At least the undefined behavior did not start WWIII when I ran the program.

[edit] A little experimentation reveals the following.

$ ifort -fp-model precise mean2.F90 && a.out
No errors detected

The problem without the option seems to be that the nearest() function moves through the denormal numbers between -tiny(x) and +tiny(x), but the scale() function flushes the denormals to zero. With the option, nearest() does the same thing, but scale() changes its behavior and produces denormal numbers (the correct ones, apparently).

This behavior of nearest() is a little surprising. I would have expected nearest(-tiny(x),1.0) to be 0.0, and then I would expect nearest(0.0,1.0) to be tiny(x). That is, I would have expected nearest() to skip over the denormal numbers.

As I said previously, I wish the standard were a little more specific about this case.

Are we supposed to test the exponents every time we use the intrinsic scale() in order to avoid WWIII? I know how to do that, but I don’t know if that is what the standard expects. Are we supposed to test the exponents for the equivalent multiplication operation X*b**I beforehand? I know how to do that too, but is that really what the standard expects programmers to do?

In this particular case, I’m not even certain that the result is undefined. I think of the term “undefined” to be more like sqrt(-1.0) or acos(2.0). In this scale() case (or the equivalent multiplication), the result might be defined somewhere in the standard, but I don’t know where. That is, 0.0 might be the defined result of scale() or of the multiplication, and 0.0 is certainly a representable number.
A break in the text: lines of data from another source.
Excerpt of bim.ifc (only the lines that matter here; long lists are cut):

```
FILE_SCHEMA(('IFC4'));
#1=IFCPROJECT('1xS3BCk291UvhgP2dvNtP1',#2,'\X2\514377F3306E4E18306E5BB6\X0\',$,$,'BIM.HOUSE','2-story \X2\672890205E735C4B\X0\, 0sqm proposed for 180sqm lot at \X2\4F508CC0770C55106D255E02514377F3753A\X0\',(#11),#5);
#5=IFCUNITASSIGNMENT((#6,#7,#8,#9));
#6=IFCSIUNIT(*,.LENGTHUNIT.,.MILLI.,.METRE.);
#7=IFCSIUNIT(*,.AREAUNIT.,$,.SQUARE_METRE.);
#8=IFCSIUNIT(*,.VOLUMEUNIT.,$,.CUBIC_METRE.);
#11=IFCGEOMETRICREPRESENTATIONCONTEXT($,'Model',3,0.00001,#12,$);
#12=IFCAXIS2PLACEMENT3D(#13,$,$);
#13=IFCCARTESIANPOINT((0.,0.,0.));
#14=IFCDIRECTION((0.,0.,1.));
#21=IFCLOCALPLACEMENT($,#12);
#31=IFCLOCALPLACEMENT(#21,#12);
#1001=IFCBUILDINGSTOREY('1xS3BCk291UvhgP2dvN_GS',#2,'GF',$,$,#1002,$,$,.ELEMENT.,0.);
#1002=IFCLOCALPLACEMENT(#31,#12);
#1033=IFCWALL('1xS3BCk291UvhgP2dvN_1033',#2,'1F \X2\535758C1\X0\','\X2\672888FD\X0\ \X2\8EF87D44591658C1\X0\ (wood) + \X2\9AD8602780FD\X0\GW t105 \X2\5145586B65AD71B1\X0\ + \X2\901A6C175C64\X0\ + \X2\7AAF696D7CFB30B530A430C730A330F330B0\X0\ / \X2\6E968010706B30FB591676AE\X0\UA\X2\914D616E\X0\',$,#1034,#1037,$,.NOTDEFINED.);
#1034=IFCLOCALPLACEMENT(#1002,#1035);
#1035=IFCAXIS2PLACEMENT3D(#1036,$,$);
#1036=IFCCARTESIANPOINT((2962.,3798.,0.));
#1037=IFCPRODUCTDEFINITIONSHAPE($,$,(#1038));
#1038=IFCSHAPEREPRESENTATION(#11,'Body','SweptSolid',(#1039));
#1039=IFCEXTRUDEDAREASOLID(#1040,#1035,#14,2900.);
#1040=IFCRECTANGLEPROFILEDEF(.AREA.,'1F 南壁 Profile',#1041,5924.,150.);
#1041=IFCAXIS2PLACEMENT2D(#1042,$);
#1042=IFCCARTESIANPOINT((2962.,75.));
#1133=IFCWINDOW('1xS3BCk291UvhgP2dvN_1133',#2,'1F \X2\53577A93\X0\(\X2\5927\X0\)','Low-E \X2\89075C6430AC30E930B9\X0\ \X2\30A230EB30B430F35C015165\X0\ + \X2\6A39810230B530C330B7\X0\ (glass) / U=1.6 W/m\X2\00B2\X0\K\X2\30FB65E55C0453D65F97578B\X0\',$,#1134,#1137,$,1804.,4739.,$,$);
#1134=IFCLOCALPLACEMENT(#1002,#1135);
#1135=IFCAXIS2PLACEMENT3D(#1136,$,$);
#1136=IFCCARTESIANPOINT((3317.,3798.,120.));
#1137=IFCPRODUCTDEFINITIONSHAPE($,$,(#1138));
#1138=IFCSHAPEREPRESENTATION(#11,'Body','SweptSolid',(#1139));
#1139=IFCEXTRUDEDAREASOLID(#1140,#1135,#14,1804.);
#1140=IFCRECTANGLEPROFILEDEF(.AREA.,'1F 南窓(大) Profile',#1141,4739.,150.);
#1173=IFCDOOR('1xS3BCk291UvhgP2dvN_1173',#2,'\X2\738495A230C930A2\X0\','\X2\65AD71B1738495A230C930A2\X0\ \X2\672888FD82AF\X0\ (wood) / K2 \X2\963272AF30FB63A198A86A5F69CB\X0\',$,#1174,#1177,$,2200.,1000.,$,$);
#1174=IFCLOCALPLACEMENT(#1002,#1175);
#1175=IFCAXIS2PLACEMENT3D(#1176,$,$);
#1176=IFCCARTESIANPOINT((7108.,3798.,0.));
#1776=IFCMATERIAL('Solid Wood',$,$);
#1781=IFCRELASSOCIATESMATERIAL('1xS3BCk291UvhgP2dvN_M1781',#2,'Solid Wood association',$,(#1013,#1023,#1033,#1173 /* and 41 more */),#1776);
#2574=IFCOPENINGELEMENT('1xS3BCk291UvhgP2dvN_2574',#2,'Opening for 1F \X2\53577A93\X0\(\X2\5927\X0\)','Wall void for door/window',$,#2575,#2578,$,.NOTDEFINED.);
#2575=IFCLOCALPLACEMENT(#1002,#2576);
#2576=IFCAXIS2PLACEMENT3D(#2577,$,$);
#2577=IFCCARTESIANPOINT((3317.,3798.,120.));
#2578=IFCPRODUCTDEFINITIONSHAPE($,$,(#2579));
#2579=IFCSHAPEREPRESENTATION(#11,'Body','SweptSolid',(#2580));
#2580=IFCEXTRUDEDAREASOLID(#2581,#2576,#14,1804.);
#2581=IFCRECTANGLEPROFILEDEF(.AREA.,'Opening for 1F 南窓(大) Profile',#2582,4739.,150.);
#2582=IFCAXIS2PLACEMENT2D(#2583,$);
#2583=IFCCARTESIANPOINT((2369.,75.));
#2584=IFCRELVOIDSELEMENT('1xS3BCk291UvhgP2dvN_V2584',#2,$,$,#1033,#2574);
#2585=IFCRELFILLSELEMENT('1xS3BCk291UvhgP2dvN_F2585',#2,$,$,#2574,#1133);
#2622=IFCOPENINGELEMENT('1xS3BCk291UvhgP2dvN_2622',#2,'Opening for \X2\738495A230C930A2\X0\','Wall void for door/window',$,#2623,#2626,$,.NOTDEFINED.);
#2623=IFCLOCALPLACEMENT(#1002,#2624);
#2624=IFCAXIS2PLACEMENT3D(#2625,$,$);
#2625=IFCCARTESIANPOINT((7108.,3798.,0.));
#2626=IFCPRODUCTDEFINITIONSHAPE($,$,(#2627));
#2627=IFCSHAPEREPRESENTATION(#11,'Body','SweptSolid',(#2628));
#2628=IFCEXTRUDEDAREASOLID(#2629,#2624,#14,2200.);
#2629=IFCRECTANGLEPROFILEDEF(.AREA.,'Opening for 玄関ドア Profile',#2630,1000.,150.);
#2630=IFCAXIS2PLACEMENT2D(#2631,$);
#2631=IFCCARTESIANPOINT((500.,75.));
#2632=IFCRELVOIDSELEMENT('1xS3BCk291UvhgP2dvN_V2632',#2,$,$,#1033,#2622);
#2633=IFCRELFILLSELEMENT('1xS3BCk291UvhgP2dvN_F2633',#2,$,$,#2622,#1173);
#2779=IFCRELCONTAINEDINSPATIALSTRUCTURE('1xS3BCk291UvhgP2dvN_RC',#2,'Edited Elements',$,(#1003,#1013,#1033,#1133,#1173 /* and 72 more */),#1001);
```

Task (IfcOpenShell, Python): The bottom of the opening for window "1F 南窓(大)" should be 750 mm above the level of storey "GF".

```python
import numpy as np
import ifcopenshell
import ifcopenshell.api.geometry
import ifcopenshell.geom
import ifcopenshell.util.element
import ifcopenshell.util.placement
import ifcopenshell.util.shape
import ifcopenshell.util.unit

model = ifcopenshell.open("bim.ifc")
unit_scale = ifcopenshell.util.unit.calculate_unit_scale(model)

window = model.by_guid("1xS3BCk291UvhgP2dvN_1133")
opening = window.FillsVoids[0].RelatingOpeningElement
storey = ifcopenshell.util.element.get_container(window, ifc_class="IfcBuildingStorey")
level = ifcopenshell.util.placement.get_local_placement(storey.ObjectPlacement)[2, 3]

# The opening's origin need not be at the sill, so measure its lowest point.
shape = ifcopenshell.geom.create_shape(ifcopenshell.geom.settings(), opening)
bottom = ifcopenshell.util.shape.get_shape_bottom_elevation(shape, shape.geometry) / unit_scale
dz = level + 0.75 / unit_scale - bottom

shift = np.array([0.0, 0.0, dz])
# The window is not placed relative to its opening, so move both.
for product in (opening, window):
    matrix = ifcopenshell.util.placement.get_local_placement(product.ObjectPlacement)
    matrix[:3, 3] += shift
    ifcopenshell.api.geometry.edit_object_placement(model, product=product, matrix=matrix, is_si=False)

print(f"moved by {dz * unit_scale:+.3f} m")

model.write("bim_updated.ifc")
```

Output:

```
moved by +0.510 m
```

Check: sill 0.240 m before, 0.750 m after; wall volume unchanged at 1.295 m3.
For the code given above, it works as expected on several compilers (various versions of gfortran and nagfor, on intel and arm64 hardware). ifort gets tripped up for values near tiny(x). Right now it isn’t clear to me why. The culprit might be scale() or it might be nearest() or it might be the addition operation. It does not dump core, it just returns an incorrect value. Maybe the expected value would be returned with a different rounding mode? Right now, I don’t know.